②Keep the thickness distribution of the blade profile at the same relative chord length position of the new rotor blade and the original blade at the i-th blade profile section, that is, assume that the abscissa of the i-th profile section of the new rotor blade is x′, and the blade profile chord length is c′ i , then
It is sorted into the profile thickness distribution function b(x′)=f 3 (x′), 0≤x′≤c′ i of the i-th airfoil section of the new type of moving blade, so that the i-th blade of the new type of moving blade Airfoil thickness distribution law of each airfoil section;

③ superimpose the profile thickness distribution law of the i-th profile section of the new moving blade determined by the above steps on the mid-arc line C' 1, i -shaped line of the profile section to generate a pressure surface curve and a suction surface curve, and then, The leading edge arc curve and the trailing edge arc curve are respectively constructed on the leading edge and the trailing edge of the airfoil section. The leading edge arc curve and the trailing edge arc curve are both arcs, which are respectively related to the pressure surface curve and suction generated above. The surface curves are tangent, and in the section of the airfoil, the arc radius R′ 1,i of the leading edge arc curve of the new type of moving blade satisfies: 0<R′ 1,i ≤ 3% c′ i ; the trailing edge of the new type of moving blade The arc radius R′ 2,i of the arc curve satisfies: 0<R′ 2,i ≤ 2% c′ i , thus, the pressure surface profile line PS′ i of the i-th airfoil section of the new moving blade is determined and the suction surface profile line SS′ i , combining the pressure surface profile line PS′ i and the suction surface profile line SS′ i to complete the blade profile line BS′ i of the i-th profile section of the new rotor blade structure.
According to claim 6, a new type of rotor blade modeling method for energy-saving transformation of an axial flow fan with adjustable rotor blades in a power station is characterized in that, for the partial modification method of the fan, the specific molding method of the new rotor blade of the fan is as follows:

(1) Complete the three-dimensional modeling of the new moving blade according to the contents of parts (1) to (4) in the fan blade replacement method. The original blade height H 2 of the new moving blade is consistent with the original blade height H 1 , that is, H 2 =H 1 ;

(2) Cut the top of the new moving blade to shorten the height of the blade.
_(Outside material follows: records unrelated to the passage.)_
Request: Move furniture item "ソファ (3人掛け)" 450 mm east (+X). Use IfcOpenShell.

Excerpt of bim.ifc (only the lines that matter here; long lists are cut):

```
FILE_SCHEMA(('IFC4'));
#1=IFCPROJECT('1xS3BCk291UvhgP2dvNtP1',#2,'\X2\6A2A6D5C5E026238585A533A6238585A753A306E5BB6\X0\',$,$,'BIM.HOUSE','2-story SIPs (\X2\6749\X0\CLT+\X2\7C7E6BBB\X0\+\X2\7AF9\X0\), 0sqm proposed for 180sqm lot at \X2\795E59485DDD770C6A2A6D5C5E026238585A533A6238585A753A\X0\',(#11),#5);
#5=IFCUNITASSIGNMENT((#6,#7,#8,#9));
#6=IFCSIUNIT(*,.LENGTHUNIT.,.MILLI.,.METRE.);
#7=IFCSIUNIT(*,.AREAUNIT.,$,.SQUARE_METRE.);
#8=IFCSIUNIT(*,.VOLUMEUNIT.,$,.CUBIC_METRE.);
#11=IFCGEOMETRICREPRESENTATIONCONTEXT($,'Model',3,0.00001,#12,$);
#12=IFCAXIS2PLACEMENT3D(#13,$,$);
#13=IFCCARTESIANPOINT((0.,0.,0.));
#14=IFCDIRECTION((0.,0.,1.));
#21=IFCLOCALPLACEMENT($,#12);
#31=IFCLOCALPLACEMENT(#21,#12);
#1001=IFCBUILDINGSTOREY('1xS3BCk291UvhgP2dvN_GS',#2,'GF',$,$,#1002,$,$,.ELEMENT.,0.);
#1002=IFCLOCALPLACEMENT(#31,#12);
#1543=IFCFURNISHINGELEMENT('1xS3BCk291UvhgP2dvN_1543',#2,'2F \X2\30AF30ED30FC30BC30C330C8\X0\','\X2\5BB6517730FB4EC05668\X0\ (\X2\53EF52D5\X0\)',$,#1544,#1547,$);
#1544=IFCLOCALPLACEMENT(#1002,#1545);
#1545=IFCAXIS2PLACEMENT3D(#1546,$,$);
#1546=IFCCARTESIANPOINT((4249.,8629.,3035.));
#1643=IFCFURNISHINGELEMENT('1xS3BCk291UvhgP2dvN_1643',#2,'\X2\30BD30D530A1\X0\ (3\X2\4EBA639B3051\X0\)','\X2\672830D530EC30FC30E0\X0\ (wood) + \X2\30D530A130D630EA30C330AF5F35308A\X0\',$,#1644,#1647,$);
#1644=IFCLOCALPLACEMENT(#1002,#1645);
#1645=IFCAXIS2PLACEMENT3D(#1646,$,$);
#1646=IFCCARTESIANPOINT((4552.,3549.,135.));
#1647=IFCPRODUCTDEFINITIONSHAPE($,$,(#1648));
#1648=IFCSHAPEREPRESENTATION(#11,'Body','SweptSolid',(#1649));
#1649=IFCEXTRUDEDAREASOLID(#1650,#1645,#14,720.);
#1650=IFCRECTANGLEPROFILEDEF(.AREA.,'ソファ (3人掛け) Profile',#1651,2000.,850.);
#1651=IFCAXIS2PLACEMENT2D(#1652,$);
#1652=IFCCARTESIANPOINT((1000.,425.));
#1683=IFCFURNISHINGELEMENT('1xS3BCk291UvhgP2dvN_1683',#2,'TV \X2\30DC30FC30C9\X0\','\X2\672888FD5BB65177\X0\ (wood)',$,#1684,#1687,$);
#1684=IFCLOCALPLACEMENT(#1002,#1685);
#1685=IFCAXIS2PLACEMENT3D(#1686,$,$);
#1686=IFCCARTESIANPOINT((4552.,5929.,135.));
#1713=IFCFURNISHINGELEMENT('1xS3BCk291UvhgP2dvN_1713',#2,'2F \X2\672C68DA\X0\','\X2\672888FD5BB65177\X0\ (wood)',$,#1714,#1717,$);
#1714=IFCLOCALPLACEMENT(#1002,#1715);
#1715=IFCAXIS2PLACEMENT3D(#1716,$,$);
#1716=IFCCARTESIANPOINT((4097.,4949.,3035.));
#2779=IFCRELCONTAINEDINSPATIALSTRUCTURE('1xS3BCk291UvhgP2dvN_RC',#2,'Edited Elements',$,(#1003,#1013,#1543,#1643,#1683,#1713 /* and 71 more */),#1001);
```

```python
import ifcopenshell
import ifcopenshell.api.geometry
import ifcopenshell.util.placement
import ifcopenshell.util.unit

model = ifcopenshell.open("bim.ifc")
unit_scale = ifcopenshell.util.unit.calculate_unit_scale(model)

item = model.by_guid("1xS3BCk291UvhgP2dvN_1643")
matrix = ifcopenshell.util.placement.get_local_placement(item.ObjectPlacement)
matrix[0, 3] += 0.45 / unit_scale
ifcopenshell.api.geometry.edit_object_placement(model, product=item, matrix=matrix, is_si=False)

print(ifcopenshell.util.placement.get_local_placement(item.ObjectPlacement).round(3) + 0.0)

model.write("bim_edited.ifc")
```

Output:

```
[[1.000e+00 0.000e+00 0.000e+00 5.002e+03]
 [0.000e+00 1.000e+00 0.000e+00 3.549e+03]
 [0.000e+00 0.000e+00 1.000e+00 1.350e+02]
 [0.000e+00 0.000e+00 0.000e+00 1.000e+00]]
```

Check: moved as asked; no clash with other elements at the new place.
From the first step, it can be known that after the partial modification of the fan, the height of the fan blade should be shortened to H′ 1 ,
So cut the top of the blade, fix the blade on the hub, use the cylindrical coordinate system, take the hub centerline as the axis of rotation, cut off the top of the blade to a height of (H 2 -H′ 1 ), H 2 -H′ 1 = H 1 -H′ 1 , the height of the new moving blade is shortened to H′ 1 , and the other parts of the blade remain unchanged.
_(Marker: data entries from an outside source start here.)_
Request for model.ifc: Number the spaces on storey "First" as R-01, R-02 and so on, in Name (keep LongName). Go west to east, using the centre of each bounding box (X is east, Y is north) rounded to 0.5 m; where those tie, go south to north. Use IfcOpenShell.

First a look at what the model holds.

```python
import ifcopenshell
import ifcopenshell.util.element
import ifcopenshell.util.placement

model = ifcopenshell.open("model.ifc")
print(model.schema)
storey = next(s for s in model.by_type("IfcBuildingStorey") if s.Name == "First")
spaces = [e for e in ifcopenshell.util.element.get_decomposition(storey) if e.is_a("IfcSpace")]
for e in sorted(spaces, key=lambda e: e.id()):
    origin = ifcopenshell.util.placement.get_local_placement(e.ObjectPlacement)[:3, 3]
    print(e.id(), e.Name, e.LongName, origin.round(2) + 0.0, sep=" | ")
```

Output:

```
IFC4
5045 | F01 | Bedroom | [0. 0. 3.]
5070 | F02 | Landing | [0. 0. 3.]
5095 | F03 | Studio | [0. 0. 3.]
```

```python
import ifcopenshell
import ifcopenshell.geom
import ifcopenshell.util.element
import ifcopenshell.util.shape

model = ifcopenshell.open("model.ifc")
settings = ifcopenshell.geom.settings()
settings.set("use-world-coords", True)


def centre(element):
    shape = ifcopenshell.geom.create_shape(settings, element)
    return ifcopenshell.util.shape.get_bbox_centroid(shape.geometry)


storey = next(s for s in model.by_type("IfcBuildingStorey") if s.Name == "First")
spaces = [e for e in ifcopenshell.util.element.get_decomposition(storey) if e.is_a("IfcSpace")]

# Insertion points can sit at a corner or the storey origin, so sort by the geometry (in metres).
centres = {e: centre(e) for e in spaces}
spaces.sort(key=lambda e: (round(centres[e][0] / 0.5), centres[e][1]))

for i, e in enumerate(spaces, start=1):
    number = f"R-{i:02d}"
    e.Name = number
    print(e.id(), number)

model.write("model_edited.ifc")
```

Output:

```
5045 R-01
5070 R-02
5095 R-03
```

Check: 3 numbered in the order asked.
According to claim 7, a new type of rotor blade modeling method for energy-saving retrofit of an axial flow fan with adjustable rotor blades in a power station is characterized in that, for the new type of rotor blade shape for energy-saving retrofit of an axial fan with adjustable rotor blades at two stages, the first stage and The modeling method of the new moving blades of the second stage is the same, and they are all shaped according to the method of energy-saving transformation of the new moving blades of the single-stage adjustable moving-blade axial flow fan: the first stage is based on the energy-saving transformation of the new type of moving The method of blade modeling After the modeling of the new moving blades of the single-stage fan is completed, the above process is repeated for the second stage, and the shapes of the moving blades of the first and second stages are exactly the same.